[TASK INPUT]:

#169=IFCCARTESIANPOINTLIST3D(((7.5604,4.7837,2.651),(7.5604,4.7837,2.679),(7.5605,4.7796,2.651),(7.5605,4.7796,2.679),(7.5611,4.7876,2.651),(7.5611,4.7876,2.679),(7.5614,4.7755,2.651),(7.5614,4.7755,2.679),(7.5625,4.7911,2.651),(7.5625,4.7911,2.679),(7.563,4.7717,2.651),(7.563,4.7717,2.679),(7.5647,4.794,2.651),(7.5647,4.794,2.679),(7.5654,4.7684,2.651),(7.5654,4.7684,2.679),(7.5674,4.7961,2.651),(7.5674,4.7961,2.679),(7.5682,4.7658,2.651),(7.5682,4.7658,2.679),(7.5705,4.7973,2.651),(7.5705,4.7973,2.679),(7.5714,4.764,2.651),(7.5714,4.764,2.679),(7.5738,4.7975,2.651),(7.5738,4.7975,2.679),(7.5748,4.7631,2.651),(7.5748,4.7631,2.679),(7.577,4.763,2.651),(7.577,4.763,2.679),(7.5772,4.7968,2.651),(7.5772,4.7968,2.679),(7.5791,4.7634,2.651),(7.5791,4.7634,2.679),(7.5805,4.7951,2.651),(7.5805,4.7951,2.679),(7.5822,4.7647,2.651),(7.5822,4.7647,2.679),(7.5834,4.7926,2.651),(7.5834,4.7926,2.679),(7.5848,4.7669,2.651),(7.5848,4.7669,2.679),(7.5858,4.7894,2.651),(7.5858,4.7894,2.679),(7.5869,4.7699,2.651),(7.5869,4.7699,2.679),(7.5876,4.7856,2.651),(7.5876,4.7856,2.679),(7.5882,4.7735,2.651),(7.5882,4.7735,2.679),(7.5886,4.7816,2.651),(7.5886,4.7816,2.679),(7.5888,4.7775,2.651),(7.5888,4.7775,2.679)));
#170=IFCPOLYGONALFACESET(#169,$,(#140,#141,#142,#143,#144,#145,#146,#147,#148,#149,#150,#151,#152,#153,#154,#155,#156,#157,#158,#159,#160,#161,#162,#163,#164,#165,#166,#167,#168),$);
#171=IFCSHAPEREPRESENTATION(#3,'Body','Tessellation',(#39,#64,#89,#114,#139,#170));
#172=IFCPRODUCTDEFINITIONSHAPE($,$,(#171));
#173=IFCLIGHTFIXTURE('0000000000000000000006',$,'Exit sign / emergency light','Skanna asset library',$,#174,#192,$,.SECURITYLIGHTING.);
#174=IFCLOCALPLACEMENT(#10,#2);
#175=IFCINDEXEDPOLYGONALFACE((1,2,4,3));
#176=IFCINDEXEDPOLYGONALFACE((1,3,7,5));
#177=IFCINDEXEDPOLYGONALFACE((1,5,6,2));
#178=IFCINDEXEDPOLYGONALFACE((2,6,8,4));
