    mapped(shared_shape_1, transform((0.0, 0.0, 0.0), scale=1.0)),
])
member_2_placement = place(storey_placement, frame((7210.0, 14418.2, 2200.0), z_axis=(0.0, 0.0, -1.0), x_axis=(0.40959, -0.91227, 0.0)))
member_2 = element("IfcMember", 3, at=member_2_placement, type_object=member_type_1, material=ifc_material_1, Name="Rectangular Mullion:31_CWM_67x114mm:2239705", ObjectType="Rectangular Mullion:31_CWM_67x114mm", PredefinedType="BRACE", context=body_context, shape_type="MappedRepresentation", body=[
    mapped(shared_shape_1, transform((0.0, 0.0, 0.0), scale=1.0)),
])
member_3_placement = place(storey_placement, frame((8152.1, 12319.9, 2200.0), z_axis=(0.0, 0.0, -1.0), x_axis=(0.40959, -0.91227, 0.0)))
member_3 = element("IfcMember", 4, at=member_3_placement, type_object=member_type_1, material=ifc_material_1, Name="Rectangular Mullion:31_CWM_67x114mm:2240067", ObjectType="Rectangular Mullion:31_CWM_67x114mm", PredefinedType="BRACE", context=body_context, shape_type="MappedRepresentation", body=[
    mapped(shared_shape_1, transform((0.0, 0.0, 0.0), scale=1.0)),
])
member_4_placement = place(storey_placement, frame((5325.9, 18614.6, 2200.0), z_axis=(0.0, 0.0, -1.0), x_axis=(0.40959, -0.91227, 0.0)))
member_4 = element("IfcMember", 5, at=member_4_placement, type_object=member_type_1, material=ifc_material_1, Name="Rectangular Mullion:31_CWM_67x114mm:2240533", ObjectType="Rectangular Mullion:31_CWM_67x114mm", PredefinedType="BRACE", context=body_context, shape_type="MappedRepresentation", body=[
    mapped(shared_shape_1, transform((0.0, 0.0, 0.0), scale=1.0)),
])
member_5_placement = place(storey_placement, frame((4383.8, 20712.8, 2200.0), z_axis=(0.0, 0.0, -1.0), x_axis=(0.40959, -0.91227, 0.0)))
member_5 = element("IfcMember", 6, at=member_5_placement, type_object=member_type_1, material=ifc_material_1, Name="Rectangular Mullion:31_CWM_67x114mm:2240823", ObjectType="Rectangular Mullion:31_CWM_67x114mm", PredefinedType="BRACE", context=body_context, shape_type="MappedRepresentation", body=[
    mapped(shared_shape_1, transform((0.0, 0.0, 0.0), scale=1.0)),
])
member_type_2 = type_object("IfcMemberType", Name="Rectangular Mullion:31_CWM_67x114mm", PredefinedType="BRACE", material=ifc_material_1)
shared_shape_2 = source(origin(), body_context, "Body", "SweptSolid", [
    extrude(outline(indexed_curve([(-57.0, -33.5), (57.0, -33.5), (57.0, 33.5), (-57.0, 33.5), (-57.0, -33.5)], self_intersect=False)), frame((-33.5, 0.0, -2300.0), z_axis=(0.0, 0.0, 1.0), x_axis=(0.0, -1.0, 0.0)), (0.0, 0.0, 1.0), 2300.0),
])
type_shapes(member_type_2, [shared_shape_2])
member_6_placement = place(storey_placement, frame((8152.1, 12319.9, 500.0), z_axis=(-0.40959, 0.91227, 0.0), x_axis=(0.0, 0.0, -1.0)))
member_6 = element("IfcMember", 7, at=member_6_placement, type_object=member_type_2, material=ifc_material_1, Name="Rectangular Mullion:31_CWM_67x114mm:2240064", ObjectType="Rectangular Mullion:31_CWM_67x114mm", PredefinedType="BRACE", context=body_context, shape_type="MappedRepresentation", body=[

[WHAT IS REQUIRED]: Faithfully reproduce all of the records, character for character.

[RESULT FOR THIS TASK]:
#169=IFCCARTESIANPOINTLIST3D(((7.5604,4.7837,2.651),(7.5604,4.7837,2.679),(7.5605,4.7796,2.651),(7.5605,4.7796,2.679),(7.5611,4.7876,2.651),(7.5611,4.7876,2.679),(7.5614,4.7755,2.651),(7.5614,4.7755,2.679),(7.5625,4.7911,2.651),(7.5625,4.7911,2.679),(7.563,4.7717,2.651),(7.563,4.7717,2.679),(7.5647,4.794,2.651),(7.5647,4.794,2.679),(7.5654,4.7684,2.651),(7.5654,4.7684,2.679),(7.5674,4.7961,2.651),(7.5674,4.7961,2.679),(7.5682,4.7658,2.651),(7.5682,4.7658,2.679),(7.5705,4.7973,2.651),(7.5705,4.7973,2.679),(7.5714,4.764,2.651),(7.5714,4.764,2.679),(7.5738,4.7975,2.651),(7.5738,4.7975,2.679),(7.5748,4.7631,2.651),(7.5748,4.7631,2.679),(7.577,4.763,2.651),(7.577,4.763,2.679),(7.5772,4.7968,2.651),(7.5772,4.7968,2.679),(7.5791,4.7634,2.651),(7.5791,4.7634,2.679),(7.5805,4.7951,2.651),(7.5805,4.7951,2.679),(7.5822,4.7647,2.651),(7.5822,4.7647,2.679),(7.5834,4.7926,2.651),(7.5834,4.7926,2.679),(7.5848,4.7669,2.651),(7.5848,4.7669,2.679),(7.5858,4.7894,2.651),(7.5858,4.7894,2.679),(7.5869,4.7699,2.651),(7.5869,4.7699,2.679),(7.5876,4.7856,2.651),(7.5876,4.7856,2.679),(7.5882,4.7735,2.651),(7.5882,4.7735,2.679),(7.5886,4.7816,2.651),(7.5886,4.7816,2.679),(7.5888,4.7775,2.651),(7.5888,4.7775,2.679)));
#170=IFCPOLYGONALFACESET(#169,$,(#140,#141,#142,#143,#144,#145,#146,#147,#148,#149,#150,#151,#152,#153,#154,#155,#156,#157,#158,#159,#160,#161,#162,#163,#164,#165,#166,#167,#168),$);
#171=IFCSHAPEREPRESENTATION(#3,'Body','Tessellation',(#39,#64,#89,#114,#139,#170));
#172=IFCPRODUCTDEFINITIONSHAPE($,$,(#171));
#173=IFCLIGHTFIXTURE('0000000000000000000006',$,'Exit sign / emergency light','Skanna asset library',$,#174,#192,$,.SECURITYLIGHTING.);
#174=IFCLOCALPLACEMENT(#10,#2);
#175=IFCINDEXEDPOLYGONALFACE((1,2,4,3));
#176=IFCINDEXEDPOLYGONALFACE((1,3,7,5));
#177=IFCINDEXEDPOLYGONALFACE((1,5,6,2));
#178=IFCINDEXEDPOLYGONALFACE((2,6,8,4));
    mapped(shared_shape_1, transform((0.0, 0.0, 0.0), scale=1.0)),
])
member_2_placement = place(storey_placement, frame((7210.0, 14418.2, 2200.0), z_axis=(0.0, 0.0, -1.0), x_axis=(0.40959, -0.91227, 0.0)))
member_2 = element("IfcMember", 3, at=member_2_placement, type_object=member_type_1, material=ifc_material_1, Name="Rectangular Mullion:31_CWM_67x114mm:2239705", ObjectType="Rectangular Mullion:31_CWM_67x114mm", PredefinedType="BRACE", context=body_context, shape_type="MappedRepresentation", body=[
    mapped(shared_shape_1, transform((0.0, 0.0, 0.0), scale=1.0)),
])
member_3_placement = place(storey_placement, frame((8152.1, 12319.9, 2200.0), z_axis=(0.0, 0.0, -1.0), x_axis=(0.40959, -0.91227, 0.0)))
member_3 = element("IfcMember", 4, at=member_3_placement, type_object=member_type_1, material=ifc_material_1, Name="Rectangular Mullion:31_CWM_67x114mm:2240067", ObjectType="Rectangular Mullion:31_CWM_67x114mm", PredefinedType="BRACE", context=body_context, shape_type="MappedRepresentation", body=[
    mapped(shared_shape_1, transform((0.0, 0.0, 0.0), scale=1.0)),
])
member_4_placement = place(storey_placement, frame((5325.9, 18614.6, 2200.0), z_axis=(0.0, 0.0, -1.0), x_axis=(0.40959, -0.91227, 0.0)))
member_4 = element("IfcMember", 5, at=member_4_placement, type_object=member_type_1, material=ifc_material_1, Name="Rectangular Mullion:31_CWM_67x114mm:2240533", ObjectType="Rectangular Mullion:31_CWM_67x114mm", PredefinedType="BRACE", context=body_context, shape_type="MappedRepresentation", body=[
    mapped(shared_shape_1, transform((0.0, 0.0, 0.0), scale=1.0)),
])
member_5_placement = place(storey_placement, frame((4383.8, 20712.8, 2200.0), z_axis=(0.0, 0.0, -1.0), x_axis=(0.40959, -0.91227, 0.0)))
member_5 = element("IfcMember", 6, at=member_5_placement, type_object=member_type_1, material=ifc_material_1, Name="Rectangular Mullion:31_CWM_67x114mm:2240823", ObjectType="Rectangular Mullion:31_CWM_67x114mm", PredefinedType="BRACE", context=body_context, shape_type="MappedRepresentation", body=[
    mapped(shared_shape_1, transform((0.0, 0.0, 0.0), scale=1.0)),
])
member_type_2 = type_object("IfcMemberType", Name="Rectangular Mullion:31_CWM_67x114mm", PredefinedType="BRACE", material=ifc_material_1)
shared_shape_2 = source(origin(), body_context, "Body", "SweptSolid", [
    extrude(outline(indexed_curve([(-57.0, -33.5), (57.0, -33.5), (57.0, 33.5), (-57.0, 33.5), (-57.0, -33.5)], self_intersect=False)), frame((-33.5, 0.0, -2300.0), z_axis=(0.0, 0.0, 1.0), x_axis=(0.0, -1.0, 0.0)), (0.0, 0.0, 1.0), 2300.0),
])
type_shapes(member_type_2, [shared_shape_2])
member_6_placement = place(storey_placement, frame((8152.1, 12319.9, 500.0), z_axis=(-0.40959, 0.91227, 0.0), x_axis=(0.0, 0.0, -1.0)))
member_6 = element("IfcMember", 7, at=member_6_placement, type_object=member_type_2, material=ifc_material_1, Name="Rectangular Mullion:31_CWM_67x114mm:2240064", ObjectType="Rectangular Mullion:31_CWM_67x114mm", PredefinedType="BRACE", context=body_context, shape_type="MappedRepresentation", body=[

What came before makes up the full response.